# Connecting AppleShare



## brendandonhu (Jul 8, 2002)

At school each student has an account on an appleshare server to save files and reports. Can I connect to this server through windows so I can access my school files from home? I can probably get the IP address and other information about the server.


----------



## Yankee Rose (Jul 14, 1999)

Hi Brendan:

Take a look here:

http://www.miramar.com/miramarweb.nsf/web/prod_nav_pcm_pcmfeatures


----------



## brendandonhu (Jul 8, 2002)

Thanks for the info but its not that important to me so im not going to purchase anything.
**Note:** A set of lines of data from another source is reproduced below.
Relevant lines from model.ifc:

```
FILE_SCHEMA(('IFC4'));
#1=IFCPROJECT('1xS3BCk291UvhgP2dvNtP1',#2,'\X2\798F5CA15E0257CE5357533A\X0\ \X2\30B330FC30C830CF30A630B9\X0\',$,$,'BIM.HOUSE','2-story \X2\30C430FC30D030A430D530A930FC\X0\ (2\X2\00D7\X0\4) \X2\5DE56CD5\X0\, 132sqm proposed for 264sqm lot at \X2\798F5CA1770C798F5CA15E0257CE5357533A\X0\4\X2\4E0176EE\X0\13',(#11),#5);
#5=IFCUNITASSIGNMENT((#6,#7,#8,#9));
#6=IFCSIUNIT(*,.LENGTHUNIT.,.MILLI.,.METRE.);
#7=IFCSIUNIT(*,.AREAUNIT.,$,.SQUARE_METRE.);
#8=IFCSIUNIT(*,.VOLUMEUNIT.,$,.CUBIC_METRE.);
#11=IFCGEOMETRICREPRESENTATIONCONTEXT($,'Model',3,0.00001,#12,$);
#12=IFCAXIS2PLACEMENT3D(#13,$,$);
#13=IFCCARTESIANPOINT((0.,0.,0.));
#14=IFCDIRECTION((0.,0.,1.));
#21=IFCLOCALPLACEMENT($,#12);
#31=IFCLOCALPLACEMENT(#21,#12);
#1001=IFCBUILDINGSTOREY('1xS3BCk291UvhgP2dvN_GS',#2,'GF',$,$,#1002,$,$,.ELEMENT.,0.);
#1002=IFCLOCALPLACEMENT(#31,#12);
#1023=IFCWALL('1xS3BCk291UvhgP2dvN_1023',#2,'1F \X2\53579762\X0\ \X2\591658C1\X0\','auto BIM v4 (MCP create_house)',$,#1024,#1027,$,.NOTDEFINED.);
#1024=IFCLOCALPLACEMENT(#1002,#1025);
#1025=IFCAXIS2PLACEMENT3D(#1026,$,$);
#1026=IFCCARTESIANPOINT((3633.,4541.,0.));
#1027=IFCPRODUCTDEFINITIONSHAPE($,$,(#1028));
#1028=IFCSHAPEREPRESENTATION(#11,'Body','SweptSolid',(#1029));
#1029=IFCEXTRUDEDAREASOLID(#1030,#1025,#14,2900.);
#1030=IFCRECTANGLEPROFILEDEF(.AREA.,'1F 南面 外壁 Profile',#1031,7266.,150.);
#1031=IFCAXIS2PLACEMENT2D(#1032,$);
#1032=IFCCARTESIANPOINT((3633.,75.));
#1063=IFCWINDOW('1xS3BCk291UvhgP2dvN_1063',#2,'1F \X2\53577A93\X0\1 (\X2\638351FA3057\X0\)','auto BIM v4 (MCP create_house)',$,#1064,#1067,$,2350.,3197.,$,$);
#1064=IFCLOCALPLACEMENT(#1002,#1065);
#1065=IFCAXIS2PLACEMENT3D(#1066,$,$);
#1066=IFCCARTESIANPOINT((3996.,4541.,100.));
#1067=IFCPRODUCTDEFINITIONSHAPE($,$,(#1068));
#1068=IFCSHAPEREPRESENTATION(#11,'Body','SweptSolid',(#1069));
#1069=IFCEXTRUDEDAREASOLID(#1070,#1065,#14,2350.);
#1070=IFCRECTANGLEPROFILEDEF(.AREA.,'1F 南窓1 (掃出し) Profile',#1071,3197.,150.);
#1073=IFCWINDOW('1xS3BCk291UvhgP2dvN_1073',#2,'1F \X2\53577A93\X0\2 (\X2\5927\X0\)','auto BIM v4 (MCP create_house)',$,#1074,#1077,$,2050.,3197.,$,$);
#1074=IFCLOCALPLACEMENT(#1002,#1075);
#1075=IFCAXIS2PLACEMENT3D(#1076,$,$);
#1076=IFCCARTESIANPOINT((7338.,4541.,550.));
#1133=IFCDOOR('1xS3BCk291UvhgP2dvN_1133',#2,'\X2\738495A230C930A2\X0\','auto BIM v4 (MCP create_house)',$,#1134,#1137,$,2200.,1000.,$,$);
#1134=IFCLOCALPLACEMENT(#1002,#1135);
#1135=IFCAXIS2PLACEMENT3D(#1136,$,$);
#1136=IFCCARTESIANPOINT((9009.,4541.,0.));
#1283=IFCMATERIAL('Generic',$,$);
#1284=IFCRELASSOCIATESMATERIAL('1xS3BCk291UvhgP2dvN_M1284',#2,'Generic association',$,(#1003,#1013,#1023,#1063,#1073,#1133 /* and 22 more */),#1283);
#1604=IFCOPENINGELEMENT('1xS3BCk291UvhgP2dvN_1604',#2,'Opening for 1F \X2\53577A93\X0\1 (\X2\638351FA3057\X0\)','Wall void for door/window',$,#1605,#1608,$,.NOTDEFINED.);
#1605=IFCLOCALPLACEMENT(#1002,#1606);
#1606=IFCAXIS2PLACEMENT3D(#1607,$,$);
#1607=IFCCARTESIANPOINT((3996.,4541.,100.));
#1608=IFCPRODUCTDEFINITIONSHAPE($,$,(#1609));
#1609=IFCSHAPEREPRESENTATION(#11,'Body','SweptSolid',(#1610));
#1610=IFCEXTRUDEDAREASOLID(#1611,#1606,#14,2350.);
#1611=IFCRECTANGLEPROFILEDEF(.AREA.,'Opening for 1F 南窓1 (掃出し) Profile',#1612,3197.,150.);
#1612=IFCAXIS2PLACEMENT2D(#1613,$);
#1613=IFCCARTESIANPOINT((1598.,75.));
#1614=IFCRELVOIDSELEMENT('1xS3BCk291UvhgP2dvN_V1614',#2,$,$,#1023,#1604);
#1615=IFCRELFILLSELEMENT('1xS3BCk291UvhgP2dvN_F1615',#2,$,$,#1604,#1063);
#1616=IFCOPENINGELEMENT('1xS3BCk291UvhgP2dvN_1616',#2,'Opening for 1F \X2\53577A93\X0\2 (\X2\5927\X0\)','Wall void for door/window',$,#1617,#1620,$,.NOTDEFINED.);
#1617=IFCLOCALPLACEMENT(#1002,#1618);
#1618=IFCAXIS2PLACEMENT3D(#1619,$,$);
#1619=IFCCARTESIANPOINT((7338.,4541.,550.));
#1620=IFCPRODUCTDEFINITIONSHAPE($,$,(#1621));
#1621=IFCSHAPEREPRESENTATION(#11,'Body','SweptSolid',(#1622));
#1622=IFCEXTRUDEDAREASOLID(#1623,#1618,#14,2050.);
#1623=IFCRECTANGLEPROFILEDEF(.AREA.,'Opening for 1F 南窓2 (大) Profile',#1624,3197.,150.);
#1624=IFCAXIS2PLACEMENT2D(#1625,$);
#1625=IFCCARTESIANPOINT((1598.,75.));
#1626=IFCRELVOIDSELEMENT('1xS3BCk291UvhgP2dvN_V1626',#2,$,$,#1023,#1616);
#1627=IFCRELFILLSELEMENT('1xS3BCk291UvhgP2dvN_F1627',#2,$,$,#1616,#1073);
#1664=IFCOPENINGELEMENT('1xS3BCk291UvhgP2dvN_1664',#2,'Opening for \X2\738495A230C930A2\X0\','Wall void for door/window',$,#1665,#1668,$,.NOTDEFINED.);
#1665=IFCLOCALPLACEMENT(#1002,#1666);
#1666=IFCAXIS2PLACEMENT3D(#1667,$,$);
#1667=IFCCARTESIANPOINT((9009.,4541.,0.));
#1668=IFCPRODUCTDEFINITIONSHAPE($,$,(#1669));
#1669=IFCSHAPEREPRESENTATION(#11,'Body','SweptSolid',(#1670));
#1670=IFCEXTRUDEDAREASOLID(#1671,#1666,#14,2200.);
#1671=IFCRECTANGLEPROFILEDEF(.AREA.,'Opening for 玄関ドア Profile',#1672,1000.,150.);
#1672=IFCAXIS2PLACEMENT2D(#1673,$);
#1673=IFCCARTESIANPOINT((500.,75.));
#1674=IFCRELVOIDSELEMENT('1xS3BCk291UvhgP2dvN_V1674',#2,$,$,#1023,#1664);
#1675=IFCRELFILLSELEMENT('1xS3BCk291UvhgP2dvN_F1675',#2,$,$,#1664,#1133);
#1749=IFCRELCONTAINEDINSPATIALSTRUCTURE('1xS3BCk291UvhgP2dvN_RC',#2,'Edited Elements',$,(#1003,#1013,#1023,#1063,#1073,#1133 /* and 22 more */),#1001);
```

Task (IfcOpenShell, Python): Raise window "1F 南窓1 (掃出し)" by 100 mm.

```python
import numpy as np
import ifcopenshell
import ifcopenshell.api.geometry
import ifcopenshell.util.placement
import ifcopenshell.util.unit

model = ifcopenshell.open("model.ifc")
unit_scale = ifcopenshell.util.unit.calculate_unit_scale(model)

window = model.by_id(1063)
opening = window.FillsVoids[0].RelatingOpeningElement
dz = 100.0

shift = np.array([0.0, 0.0, dz])
# The window is not placed relative to its opening, so move both.
for product in (opening, window):
    matrix = ifcopenshell.util.placement.get_local_placement(product.ObjectPlacement)
    matrix[:3, 3] += shift
    ifcopenshell.api.geometry.edit_object_placement(model, product=product, matrix=matrix, is_si=False)

print(f"moved by {dz * unit_scale:+.3f} m")

model.write("model_edited.ifc")
```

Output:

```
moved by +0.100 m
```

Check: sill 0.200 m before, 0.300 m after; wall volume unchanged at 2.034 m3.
I thought Apple might provide an AppleShare client for windows or something


----------



## shukranargent (Jun 21, 2000)

If you have appleshare ip 6.3 you can enable windows sharing and you can acess the Mac Server through network neighbour hood.


----------



## brendandonhu (Jul 8, 2002)

Thank you but I think they are probably still using the same version they started with about 3 years ago.


----------



## shukranargent (Jun 21, 2000)

What if you enable web sharing on the server. Go to the control panel and start it. Make a simple website with a link to your file folder. Put it into the web folder on Server HD and acess the server through an ip address.


----------



## brendandonhu (Jul 8, 2002)

That would work the problem is that the school wont re-config the server so that I can get my files off it. Im kind of giving up on this as there is nothing I can do without them playing with the server.


----------



## shukranargent (Jun 21, 2000)

Well thats hardly nice. Sorry I dont know of any other way


----------



## brendandonhu (Jul 8, 2002)

Thanks alot for helping anyway


----------



## shukranargent (Jun 21, 2000)

No Worries Mate!


----------